Targeting proteolysis. Biochemical pathways involving proteases
may provide novel targets for ALS treatment. In this respect, the widely
studied metalloprotease MMP9 mediates the degeneration of fast motor
neurons in Tg-SOD1G93A mice through enhancement
of ER stress (Kaplan et al., 2014) and/or regulation of Tnfα and FasL
expression (Kiaei et al. 2007). Deletion of one Mmp9 allele in
Tg-SOD1G93A increased the lifespan by 14%
while deletion of both alleles
(Tg-SOD1G93AMmp9-/- ) by 25%,
which is the longest prolongation of lifespan ever reported for an
intervention in any of ALS mouse models. Intracerebroventricular (icv)
administration of an MMP9 inhibitor in
Tg-SOD1G93A mice delayed denervation and
reduced ER stress (Kaplan et al., 2014). Knockdown or knockout of MMP9
attenuates the neuromuscular defects in rNLS8 (Tg-TDP-43ΔNLS )
mice. Intriguingly though, Tg-TDP-43ΔNLSMmp9-/-mice have significantly shortened survival and run slower than the
rNLS8, despite their attenuated neuromuscular defects (Spiller et al.,
2019). Thus, targeting MMP9 for inhibition may represent a beneficial
therapeutic strategy only for SOD1 -ALS patients.
Maintenance of proteostasis. The dynamic regulation of a
balanced, functional proteome (proteostasis) orchestrates multiple
cellular systems and functions like the ubiquitin proteasome system,
autophagy, ER stress/unfolded protein response, stress granules and heat
shock proteins, to provide “quality control” for proteome maintenance.
The proteostasis drug methylene blue (XVII ) that induces
autophagy (Congdon et al., 2012)
could rescue motor defects in
Tg-TDP-43A315T and
Tg-FUSS57Δ C. elegans models and in
Tg-TDP-43G348C and
Tg-FUS521H D. rerio (Vaccaro et al.,
2012) but not in Tg-TDP-43G348C (Audet et al.,
2012) and Tg-SOD1G93A mice (Lougheed and
Turnbull, 2011). These results indicate that selection of the
appropriate animal model is essential for extrapolating animal data to
putative clinical significance.
Sephin 1 (XVIII ) is a selective inhibitor of the
stress-induced phosphatase PPP1R15A that prolongs eIF2 phosphorylation
upon stress and protects cells from ER stress. In
Tg-SOD1G93A mice, sephin 1 prevents weight loss
and improves motor function (Das et al., 2015).
Another approach to target SOD1 -ALS involves the activation of
heat shock family chaperones that protect cells from various stresses.

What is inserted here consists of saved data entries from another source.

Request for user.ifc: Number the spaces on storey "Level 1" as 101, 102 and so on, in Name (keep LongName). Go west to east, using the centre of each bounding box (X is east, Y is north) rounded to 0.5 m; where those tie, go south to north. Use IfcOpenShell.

First a look at what the model holds.

```python
import ifcopenshell
import ifcopenshell.util.element
import ifcopenshell.util.placement

model = ifcopenshell.open("user.ifc")
print(model.schema)
storey = next(s for s in model.by_type("IfcBuildingStorey") if s.Name == "Level 1")
spaces = [e for e in ifcopenshell.util.element.get_decomposition(storey) if e.is_a("IfcSpace")]
for e in sorted(spaces, key=lambda e: e.id()):
    origin = ifcopenshell.util.placement.get_local_placement(e.ObjectPlacement)[:3, 3]
    print(e.id(), e.Name, e.LongName, origin.round(2) + 0.0, sep=" | ")
```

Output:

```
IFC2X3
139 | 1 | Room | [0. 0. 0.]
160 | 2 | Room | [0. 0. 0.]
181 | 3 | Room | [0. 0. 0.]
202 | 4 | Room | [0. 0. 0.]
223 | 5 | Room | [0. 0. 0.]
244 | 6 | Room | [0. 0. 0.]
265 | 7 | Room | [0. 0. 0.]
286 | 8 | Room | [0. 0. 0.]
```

```python
import ifcopenshell
import ifcopenshell.geom
import ifcopenshell.util.element
import ifcopenshell.util.shape

model = ifcopenshell.open("user.ifc")
settings = ifcopenshell.geom.settings()
settings.set("use-world-coords", True)


def centre(element):
    shape = ifcopenshell.geom.create_shape(settings, element)
    return ifcopenshell.util.shape.get_bbox_centroid(shape.geometry)


storey = next(s for s in model.by_type("IfcBuildingStorey") if s.Name == "Level 1")
spaces = [e for e in ifcopenshell.util.element.get_decomposition(storey) if e.is_a("IfcSpace")]

# Insertion points can sit at a corner or the storey origin, so sort by the geometry (in metres).
centres = {e: centre(e) for e in spaces}
spaces.sort(key=lambda e: (round(centres[e][0] / 0.5), centres[e][1]))

for i, e in enumerate(spaces, start=1):
    number = f"1{i:02d}"
    e.Name = number
    print(e.id(), number)

model.write("user_updated.ifc")
```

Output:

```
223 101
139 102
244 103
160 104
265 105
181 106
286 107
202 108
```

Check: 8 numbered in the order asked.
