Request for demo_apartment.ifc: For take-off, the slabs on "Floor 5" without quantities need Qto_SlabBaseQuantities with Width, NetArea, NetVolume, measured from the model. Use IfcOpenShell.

First a look at what the model holds.

```python
import ifcopenshell
import ifcopenshell.util.element
import ifcopenshell.util.unit

model = ifcopenshell.open("demo_apartment.ifc")
print(model.schema)
for unit_type in ("LENGTHUNIT", "AREAUNIT", "VOLUMEUNIT"):
    print(unit_type, ifcopenshell.util.unit.calculate_unit_scale(model, unit_type))
storey = next(s for s in model.by_type("IfcBuildingStorey") if s.Name == "Floor 5")
slabs = [e for e in ifcopenshell.util.element.get_decomposition(storey) if e.is_a("IfcSlab")]
for e in sorted(slabs, key=lambda e: e.id()):
    print(e.id(), e.is_a(), e.Name, list(ifcopenshell.util.element.get_psets(e, qtos_only=True)), sep=" | ")
```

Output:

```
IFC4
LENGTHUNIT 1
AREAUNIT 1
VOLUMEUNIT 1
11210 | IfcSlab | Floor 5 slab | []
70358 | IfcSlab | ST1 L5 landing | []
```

```python
import ifcopenshell
import ifcopenshell.api.pset
import ifcopenshell.geom
import ifcopenshell.util.element
import ifcopenshell.util.shape
import ifcopenshell.util.unit

model = ifcopenshell.open("demo_apartment.ifc")
unit_scale = ifcopenshell.util.unit.calculate_unit_scale(model)
area_scale = ifcopenshell.util.unit.calculate_unit_scale(model, "AREAUNIT")
volume_scale = ifcopenshell.util.unit.calculate_unit_scale(model, "VOLUMEUNIT")
settings = ifcopenshell.geom.settings()

storey = next(s for s in model.by_type("IfcBuildingStorey") if s.Name == "Floor 5")
slabs = [e for e in ifcopenshell.util.element.get_decomposition(storey) if e.is_a("IfcSlab")]

for e in sorted(slabs, key=lambda e: e.id()):
    if ifcopenshell.util.element.get_psets(e, qtos_only=True, should_inherit=False):
        continue
    # Geometry comes back in metres, in the element's own axes.
    shape = ifcopenshell.geom.create_shape(settings, e)
    values = {
        "Width": ifcopenshell.util.shape.get_z(shape.geometry) / unit_scale,
        "NetArea": ifcopenshell.util.shape.get_footprint_area(shape.geometry) / area_scale,
        "NetVolume": ifcopenshell.util.shape.get_volume(shape.geometry) / volume_scale,
    }
    qto = ifcopenshell.api.pset.add_qto(model, product=e, name="Qto_SlabBaseQuantities")
    ifcopenshell.api.pset.edit_qto(model, qto=qto, properties=values)
    print(e.id(), {k: round(v, 3) for k, v in values.items()})

model.write("demo_apartment_v2.ifc")
```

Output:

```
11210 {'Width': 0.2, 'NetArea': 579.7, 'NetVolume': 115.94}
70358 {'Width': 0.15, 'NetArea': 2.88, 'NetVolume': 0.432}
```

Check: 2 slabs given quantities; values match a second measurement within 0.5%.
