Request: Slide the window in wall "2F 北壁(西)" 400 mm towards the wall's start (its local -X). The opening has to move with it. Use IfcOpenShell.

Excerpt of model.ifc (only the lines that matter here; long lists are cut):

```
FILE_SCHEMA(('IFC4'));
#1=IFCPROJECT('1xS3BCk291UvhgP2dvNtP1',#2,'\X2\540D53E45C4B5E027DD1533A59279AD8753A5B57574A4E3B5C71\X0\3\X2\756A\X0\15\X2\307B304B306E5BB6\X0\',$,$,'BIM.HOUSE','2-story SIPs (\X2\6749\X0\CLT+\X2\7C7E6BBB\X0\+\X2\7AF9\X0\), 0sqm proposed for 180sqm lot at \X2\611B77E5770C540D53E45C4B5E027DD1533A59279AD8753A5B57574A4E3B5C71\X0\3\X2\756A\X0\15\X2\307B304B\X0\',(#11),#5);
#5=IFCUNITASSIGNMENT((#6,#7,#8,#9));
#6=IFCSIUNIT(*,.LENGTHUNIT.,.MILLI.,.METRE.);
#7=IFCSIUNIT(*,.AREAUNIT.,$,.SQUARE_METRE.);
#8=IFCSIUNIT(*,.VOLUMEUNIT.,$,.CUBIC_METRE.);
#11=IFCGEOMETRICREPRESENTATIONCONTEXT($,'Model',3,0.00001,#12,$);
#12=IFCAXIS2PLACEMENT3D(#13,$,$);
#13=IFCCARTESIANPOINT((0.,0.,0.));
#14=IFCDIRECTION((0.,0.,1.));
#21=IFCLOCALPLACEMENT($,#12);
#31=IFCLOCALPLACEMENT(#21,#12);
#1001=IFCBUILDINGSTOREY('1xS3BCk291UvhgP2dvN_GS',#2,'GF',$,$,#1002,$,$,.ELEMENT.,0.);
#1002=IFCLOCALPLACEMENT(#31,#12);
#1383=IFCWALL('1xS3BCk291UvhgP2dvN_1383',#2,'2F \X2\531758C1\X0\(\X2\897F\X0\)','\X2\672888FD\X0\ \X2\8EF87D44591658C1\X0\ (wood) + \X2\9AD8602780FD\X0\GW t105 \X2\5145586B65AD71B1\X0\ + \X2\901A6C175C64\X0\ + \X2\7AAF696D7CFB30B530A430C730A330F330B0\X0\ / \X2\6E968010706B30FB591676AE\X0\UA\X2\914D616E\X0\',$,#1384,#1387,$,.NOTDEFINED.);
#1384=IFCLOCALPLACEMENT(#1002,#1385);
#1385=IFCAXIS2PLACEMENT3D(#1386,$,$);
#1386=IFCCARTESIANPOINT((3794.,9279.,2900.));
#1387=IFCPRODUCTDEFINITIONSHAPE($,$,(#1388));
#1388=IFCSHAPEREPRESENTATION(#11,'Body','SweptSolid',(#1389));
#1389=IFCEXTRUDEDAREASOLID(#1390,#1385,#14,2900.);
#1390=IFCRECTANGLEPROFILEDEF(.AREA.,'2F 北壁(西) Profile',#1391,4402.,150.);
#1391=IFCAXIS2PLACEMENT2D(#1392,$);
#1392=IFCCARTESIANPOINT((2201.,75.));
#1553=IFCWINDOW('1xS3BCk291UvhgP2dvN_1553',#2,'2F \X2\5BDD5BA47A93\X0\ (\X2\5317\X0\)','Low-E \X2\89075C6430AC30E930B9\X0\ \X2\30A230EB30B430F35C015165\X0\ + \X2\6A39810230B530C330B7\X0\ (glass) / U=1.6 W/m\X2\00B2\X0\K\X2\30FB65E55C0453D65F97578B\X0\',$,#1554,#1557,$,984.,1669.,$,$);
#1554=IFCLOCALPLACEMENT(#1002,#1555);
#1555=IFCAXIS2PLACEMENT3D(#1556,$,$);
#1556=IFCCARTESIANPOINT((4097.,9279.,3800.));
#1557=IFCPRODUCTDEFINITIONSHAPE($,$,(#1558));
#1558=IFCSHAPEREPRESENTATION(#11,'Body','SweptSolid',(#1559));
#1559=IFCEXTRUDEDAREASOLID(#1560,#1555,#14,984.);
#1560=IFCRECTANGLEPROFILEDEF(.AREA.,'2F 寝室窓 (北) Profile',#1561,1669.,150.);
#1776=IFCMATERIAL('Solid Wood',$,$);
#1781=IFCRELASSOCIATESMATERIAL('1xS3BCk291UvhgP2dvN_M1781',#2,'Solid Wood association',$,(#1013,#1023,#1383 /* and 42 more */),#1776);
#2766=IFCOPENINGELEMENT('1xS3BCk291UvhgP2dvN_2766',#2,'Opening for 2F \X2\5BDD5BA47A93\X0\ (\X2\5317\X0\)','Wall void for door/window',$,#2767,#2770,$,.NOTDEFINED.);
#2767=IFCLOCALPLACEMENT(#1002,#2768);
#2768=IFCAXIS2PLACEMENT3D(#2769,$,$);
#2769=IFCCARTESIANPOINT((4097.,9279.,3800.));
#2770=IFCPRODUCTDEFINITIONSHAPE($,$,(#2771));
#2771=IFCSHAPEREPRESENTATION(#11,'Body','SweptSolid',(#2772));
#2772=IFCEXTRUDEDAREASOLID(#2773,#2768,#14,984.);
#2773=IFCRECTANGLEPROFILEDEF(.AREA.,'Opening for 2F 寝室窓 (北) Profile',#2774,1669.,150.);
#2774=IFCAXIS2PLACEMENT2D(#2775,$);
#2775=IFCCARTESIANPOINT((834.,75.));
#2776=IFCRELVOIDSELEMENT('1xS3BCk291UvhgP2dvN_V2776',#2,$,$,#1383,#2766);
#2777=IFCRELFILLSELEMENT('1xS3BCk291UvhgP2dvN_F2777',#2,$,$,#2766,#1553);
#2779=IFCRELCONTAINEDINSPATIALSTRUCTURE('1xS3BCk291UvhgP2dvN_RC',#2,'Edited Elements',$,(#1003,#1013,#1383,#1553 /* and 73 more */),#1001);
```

```python
import ifcopenshell
import ifcopenshell.api.geometry
import ifcopenshell.util.placement

model = ifcopenshell.open("model.ifc")

window = model.by_guid("1xS3BCk291UvhgP2dvN_1553")
opening = window.FillsVoids[0].RelatingOpeningElement
wall = opening.VoidsElements[0].RelatingBuildingElement

wall_matrix = ifcopenshell.util.placement.get_local_placement(wall.ObjectPlacement)
shift = wall_matrix[:3, 0] * -400.0
before = ifcopenshell.util.placement.get_local_placement(window.ObjectPlacement)[:3, 3].copy()

# The window is not placed relative to its opening, so move both.
for product in (opening, window):
    matrix = ifcopenshell.util.placement.get_local_placement(product.ObjectPlacement)
    matrix[:3, 3] += shift
    ifcopenshell.api.geometry.edit_object_placement(model, product=product, matrix=matrix, is_si=False)

after = ifcopenshell.util.placement.get_local_placement(window.ObjectPlacement)[:3, 3]
print("window moved by", (after - before).round(3) + 0.0)

model.write("model-out.ifc")
```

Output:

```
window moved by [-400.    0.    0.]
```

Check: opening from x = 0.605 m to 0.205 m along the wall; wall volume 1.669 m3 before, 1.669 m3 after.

Arimoclomol (XIX ), a heat shock protein inducer, delays onset
of symptoms, extends the lifespan, promotes muscle function, and
prevents the aggregation of SOD1 in Tg-SOD1 G93Amice (Kieran et al., 2004; Kalmar et al., 2012). In the clinical trial
NCT00706147, rapidly progressive SOD1 -mutant ALS patients were
treated with up to 200 mg arimoclomol and this phase II trial showed
that arimoclomol is safe and well-tolerated (Benatar et al., 2018). An
ongoing phase III clinical trial (NCT03836716) with 231 participants
aims to define the long-term safety and efficacy of arimoclomol inSOD1 -ALS patients.